§ **WHAT YOU ARE ASKED TO DO**: Where in the data does the word "IFCRECTANGLEPROFILEDEF" appear? Find those lines and copy them.

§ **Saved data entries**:
◆ ◆ ◆ ◆ ◆

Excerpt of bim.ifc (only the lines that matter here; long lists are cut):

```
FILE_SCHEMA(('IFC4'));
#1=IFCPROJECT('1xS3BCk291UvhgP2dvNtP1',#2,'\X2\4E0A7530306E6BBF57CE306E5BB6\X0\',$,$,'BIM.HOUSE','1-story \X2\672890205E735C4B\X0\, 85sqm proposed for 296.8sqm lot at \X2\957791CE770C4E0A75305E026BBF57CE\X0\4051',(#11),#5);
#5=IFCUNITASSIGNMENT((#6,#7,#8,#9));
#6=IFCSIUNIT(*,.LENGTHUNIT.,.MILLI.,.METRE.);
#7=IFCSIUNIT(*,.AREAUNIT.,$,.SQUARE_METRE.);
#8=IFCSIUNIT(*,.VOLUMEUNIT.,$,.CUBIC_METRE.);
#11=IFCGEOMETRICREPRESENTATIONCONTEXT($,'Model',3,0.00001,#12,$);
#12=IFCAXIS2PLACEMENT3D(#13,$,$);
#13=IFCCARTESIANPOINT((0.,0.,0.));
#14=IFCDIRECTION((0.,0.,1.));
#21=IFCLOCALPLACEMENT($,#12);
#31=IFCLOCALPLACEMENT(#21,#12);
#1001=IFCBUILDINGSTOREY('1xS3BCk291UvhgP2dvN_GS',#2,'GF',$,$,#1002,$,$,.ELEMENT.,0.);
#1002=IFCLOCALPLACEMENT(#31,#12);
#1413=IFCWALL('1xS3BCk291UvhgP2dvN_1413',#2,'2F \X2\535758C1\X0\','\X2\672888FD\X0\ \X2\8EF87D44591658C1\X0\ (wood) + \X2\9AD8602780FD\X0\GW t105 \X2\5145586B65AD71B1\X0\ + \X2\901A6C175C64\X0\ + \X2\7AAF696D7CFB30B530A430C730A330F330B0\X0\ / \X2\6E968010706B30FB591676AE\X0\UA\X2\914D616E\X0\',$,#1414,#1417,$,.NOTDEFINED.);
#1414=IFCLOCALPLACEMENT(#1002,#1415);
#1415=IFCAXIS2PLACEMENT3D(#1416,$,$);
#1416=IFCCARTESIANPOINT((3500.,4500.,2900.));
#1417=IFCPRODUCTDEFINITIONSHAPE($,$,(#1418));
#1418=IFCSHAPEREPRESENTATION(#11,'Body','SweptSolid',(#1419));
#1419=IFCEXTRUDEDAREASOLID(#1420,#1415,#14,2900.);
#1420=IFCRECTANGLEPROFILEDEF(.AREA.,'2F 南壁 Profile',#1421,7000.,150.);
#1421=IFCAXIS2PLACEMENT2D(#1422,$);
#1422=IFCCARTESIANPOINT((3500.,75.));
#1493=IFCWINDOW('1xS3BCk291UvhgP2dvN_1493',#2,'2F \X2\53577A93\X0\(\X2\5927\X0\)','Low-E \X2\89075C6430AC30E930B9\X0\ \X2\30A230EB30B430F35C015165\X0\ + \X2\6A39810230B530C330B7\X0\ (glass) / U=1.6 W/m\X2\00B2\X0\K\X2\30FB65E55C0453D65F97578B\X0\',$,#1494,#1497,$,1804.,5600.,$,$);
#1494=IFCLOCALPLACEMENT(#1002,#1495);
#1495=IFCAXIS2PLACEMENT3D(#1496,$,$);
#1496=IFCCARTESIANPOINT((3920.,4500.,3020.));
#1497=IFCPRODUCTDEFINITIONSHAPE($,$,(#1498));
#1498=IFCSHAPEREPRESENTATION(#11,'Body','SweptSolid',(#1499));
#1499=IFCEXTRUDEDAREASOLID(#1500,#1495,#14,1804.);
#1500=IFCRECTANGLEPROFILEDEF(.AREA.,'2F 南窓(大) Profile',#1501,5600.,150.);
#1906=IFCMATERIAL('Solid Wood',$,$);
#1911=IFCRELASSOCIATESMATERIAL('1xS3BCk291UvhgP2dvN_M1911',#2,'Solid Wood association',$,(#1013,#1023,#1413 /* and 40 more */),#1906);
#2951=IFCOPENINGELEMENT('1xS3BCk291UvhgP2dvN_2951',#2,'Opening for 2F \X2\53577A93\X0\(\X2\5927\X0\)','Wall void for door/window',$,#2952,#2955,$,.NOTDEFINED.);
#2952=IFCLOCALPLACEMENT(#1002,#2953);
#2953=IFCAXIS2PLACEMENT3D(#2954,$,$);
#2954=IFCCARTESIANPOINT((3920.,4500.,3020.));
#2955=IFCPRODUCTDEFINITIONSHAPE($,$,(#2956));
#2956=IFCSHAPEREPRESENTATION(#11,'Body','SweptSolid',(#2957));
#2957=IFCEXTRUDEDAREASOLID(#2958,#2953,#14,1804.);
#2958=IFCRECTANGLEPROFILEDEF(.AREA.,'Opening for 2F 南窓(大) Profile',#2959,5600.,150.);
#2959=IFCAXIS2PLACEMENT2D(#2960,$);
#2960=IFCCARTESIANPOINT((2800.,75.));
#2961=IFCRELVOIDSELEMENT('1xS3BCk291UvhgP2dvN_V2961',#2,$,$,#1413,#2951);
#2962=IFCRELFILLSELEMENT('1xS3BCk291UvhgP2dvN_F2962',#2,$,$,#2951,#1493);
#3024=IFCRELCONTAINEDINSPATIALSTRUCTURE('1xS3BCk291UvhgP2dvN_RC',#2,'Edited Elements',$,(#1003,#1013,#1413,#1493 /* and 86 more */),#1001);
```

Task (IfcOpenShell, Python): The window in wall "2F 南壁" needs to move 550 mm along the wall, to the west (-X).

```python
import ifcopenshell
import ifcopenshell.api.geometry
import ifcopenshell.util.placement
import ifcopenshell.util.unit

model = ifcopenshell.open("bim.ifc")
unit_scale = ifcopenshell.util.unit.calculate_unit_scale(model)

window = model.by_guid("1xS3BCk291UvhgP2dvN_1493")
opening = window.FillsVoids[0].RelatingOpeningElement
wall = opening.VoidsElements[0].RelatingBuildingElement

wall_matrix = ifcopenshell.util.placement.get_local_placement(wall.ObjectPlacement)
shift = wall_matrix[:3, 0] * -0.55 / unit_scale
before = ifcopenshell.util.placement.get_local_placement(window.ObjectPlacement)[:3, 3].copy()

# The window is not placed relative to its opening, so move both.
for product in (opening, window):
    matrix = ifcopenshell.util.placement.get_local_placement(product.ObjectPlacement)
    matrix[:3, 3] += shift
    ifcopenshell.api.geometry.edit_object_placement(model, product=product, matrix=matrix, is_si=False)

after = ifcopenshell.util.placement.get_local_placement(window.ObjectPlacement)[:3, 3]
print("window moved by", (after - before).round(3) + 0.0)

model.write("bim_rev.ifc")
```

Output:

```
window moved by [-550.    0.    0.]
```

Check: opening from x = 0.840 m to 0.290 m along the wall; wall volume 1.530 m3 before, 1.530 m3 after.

◆ ◆ ◆ ◆ ◆

§ **OUTPUT BELOW**:
#1420=IFCRECTANGLEPROFILEDEF(.AREA.,'2F 南壁 Profile',#1421,7000.,150.);
#1500=IFCRECTANGLEPROFILEDEF(.AREA.,'2F 南窓(大) Profile',#1501,5600.,150.);
#2958=IFCRECTANGLEPROFILEDEF(.AREA.,'Opening for 2F 南窓(大) Profile',#2959,5600.,150.);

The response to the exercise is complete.